Think of it like this: when you're at your hungriest, pretty much any food
tastes amazing, right? So similarly, loneliness creates a hunger in the
brain which neurochemically hypersensitizes our reward system. And
social isolation acts through receptors for these naturally occurring
opioids and other social neurotransmitters to leave the striatum in a state
where its response to things that signal reward and pleasure is completely,
completely over the top. And in this state of hypersensitivity, our brains
signal deep dissatisfaction. We become restless, irritable and impulsive.
And that's pretty much when I want you to keep the bowl of Halloween
chocolate entirely across the room for me, because I will eat it all. I will.
I'm not the only person to point out that the areas in the country most
economically hard hit, where people feel most desolate about their life's
meaning, are also the places where there have been communities most
ravaged by opioids. Social isolation acts through the brain's reward
system to make this state of affairs literally painful. So perhaps it's this
pain, this loneliness, this despondence that's driving so many of us to
connect with whatever we can. Like food. Like handheld electronics. And
for too many people, to drugs like heroin and fentanyl.

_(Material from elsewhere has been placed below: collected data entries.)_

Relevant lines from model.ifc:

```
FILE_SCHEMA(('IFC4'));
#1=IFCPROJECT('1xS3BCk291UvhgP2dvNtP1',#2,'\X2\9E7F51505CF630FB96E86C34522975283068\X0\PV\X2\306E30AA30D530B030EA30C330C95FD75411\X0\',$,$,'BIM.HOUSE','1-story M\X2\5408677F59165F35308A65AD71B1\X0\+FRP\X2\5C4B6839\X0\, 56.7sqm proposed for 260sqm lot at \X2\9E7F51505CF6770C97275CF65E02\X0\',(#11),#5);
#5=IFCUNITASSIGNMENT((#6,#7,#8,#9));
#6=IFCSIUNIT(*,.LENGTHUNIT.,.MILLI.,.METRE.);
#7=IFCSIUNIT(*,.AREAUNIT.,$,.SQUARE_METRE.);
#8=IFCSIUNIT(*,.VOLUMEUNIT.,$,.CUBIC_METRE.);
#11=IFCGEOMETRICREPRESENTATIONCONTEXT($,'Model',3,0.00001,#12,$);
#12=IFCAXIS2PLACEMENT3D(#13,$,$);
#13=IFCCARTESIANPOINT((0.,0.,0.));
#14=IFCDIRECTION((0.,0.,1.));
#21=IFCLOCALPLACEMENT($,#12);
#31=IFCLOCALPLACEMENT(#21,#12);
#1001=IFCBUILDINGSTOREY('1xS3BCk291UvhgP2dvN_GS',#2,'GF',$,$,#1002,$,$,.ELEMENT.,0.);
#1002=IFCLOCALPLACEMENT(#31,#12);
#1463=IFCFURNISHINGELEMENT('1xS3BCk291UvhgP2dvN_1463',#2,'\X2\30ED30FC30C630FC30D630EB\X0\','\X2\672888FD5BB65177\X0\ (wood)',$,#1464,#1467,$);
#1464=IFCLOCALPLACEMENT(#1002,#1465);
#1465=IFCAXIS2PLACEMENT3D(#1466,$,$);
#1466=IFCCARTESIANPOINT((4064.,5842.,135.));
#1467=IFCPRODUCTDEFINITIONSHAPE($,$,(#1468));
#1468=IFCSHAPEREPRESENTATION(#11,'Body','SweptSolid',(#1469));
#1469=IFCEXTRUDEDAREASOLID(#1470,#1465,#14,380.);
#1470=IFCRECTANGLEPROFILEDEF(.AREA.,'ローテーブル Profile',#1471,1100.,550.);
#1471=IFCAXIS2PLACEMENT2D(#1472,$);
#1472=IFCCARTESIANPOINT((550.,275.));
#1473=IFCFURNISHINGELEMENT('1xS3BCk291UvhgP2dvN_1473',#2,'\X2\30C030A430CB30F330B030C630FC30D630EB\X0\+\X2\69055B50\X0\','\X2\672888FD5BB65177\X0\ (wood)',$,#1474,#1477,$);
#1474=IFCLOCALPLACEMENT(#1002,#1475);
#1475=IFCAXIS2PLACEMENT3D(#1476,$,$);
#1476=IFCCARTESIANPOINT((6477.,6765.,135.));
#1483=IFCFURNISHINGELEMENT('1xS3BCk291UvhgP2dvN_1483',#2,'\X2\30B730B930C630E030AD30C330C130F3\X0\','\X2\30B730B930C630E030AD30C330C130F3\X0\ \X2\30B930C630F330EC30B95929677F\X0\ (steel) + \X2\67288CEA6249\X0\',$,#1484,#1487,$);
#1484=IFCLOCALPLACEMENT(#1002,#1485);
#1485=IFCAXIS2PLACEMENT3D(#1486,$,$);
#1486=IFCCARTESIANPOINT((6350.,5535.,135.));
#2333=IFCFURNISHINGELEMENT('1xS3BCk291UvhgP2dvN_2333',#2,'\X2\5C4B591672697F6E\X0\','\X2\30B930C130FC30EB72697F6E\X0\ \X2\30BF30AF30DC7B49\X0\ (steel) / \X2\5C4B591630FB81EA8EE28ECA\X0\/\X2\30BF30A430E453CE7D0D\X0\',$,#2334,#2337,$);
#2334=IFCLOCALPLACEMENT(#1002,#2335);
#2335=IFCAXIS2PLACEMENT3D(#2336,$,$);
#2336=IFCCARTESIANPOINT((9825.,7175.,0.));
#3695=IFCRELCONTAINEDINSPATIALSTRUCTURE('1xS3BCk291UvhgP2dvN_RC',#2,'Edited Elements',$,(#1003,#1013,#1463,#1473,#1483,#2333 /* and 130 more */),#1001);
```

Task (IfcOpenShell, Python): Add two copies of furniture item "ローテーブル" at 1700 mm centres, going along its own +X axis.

```python
import ifcopenshell
import ifcopenshell.api.geometry
import ifcopenshell.api.root
import ifcopenshell.util.element
import ifcopenshell.util.placement
import ifcopenshell.util.unit

model = ifcopenshell.open("model.ifc")
unit_scale = ifcopenshell.util.unit.calculate_unit_scale(model)


def reuse_history(source, copy):
    """copy_class also copies each property set's owner history, people and application; keep the originals."""
    for rel in copy.IsDefinedBy:
        if rel.is_a("IfcRelDefinesByProperties") and (history := rel.RelatingPropertyDefinition.OwnerHistory):
            rel.RelatingPropertyDefinition.OwnerHistory = source.OwnerHistory
            ifcopenshell.util.element.remove_deep2(model, history)


source = model.by_id(1463)
base = ifcopenshell.util.placement.get_local_placement(source.ObjectPlacement)
step = base[:3, 0] * 1.7 / unit_scale

for i in range(1, 3):
    copy = ifcopenshell.api.root.copy_class(model, product=source)
    copy.Representation = ifcopenshell.util.element.copy_deep(
        model, source.Representation, exclude=["IfcGeometricRepresentationContext", "IfcRepresentationMap"]
    )
    reuse_history(source, copy)
    matrix = base.copy()
    matrix[:3, 3] += i * step
    print("added at", matrix[:3, 3].round(3) + 0.0)
    ifcopenshell.api.geometry.edit_object_placement(model, product=copy, matrix=matrix, is_si=False)

model.write("model-out.ifc")
```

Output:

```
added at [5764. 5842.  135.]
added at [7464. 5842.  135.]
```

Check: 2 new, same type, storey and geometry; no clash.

I know someone who overdosed, who was revived by Narcan, and she
was mostly angry that she wasn't simply allowed to die. Imagine for a
second how that feels, that state of hopelessness, OK? But the striatum is
also a source of hope. Because the striatum gives us a clue of how to
bring people back. So, remember that the striatum is our autopilot,
running our behaviors on habit, and it's possible to rewire, to reprogram
that autopilot, but it involves neuroplasticity. So, neuroplasticity is the
ability of brains to reprogram themselves, and rewire themselves, so we
can learn new things. And maybe you've heard the classic adage of
plasticity: neurons that fire together, wire together. Right?
I believe that the solution to the opioid crisis is to explore how social and
psychospiritual interventions can act as neurotechnologies in circuits that
process social and drug-induced rewards. One possibility is to create and
study scalable tools for people to connect with one another over a mutual
interest in recovery through psychospiritual practices. And as such,
psychospiritual practice could involve anything from people getting
together as megafans of touring jam bands, or parkour jams, featuring
shared experiences of vulnerability and personal growth, or more
conventional things, like recovery yoga meetups, or meetings centered
around more traditional conceptions of spiritual experiences.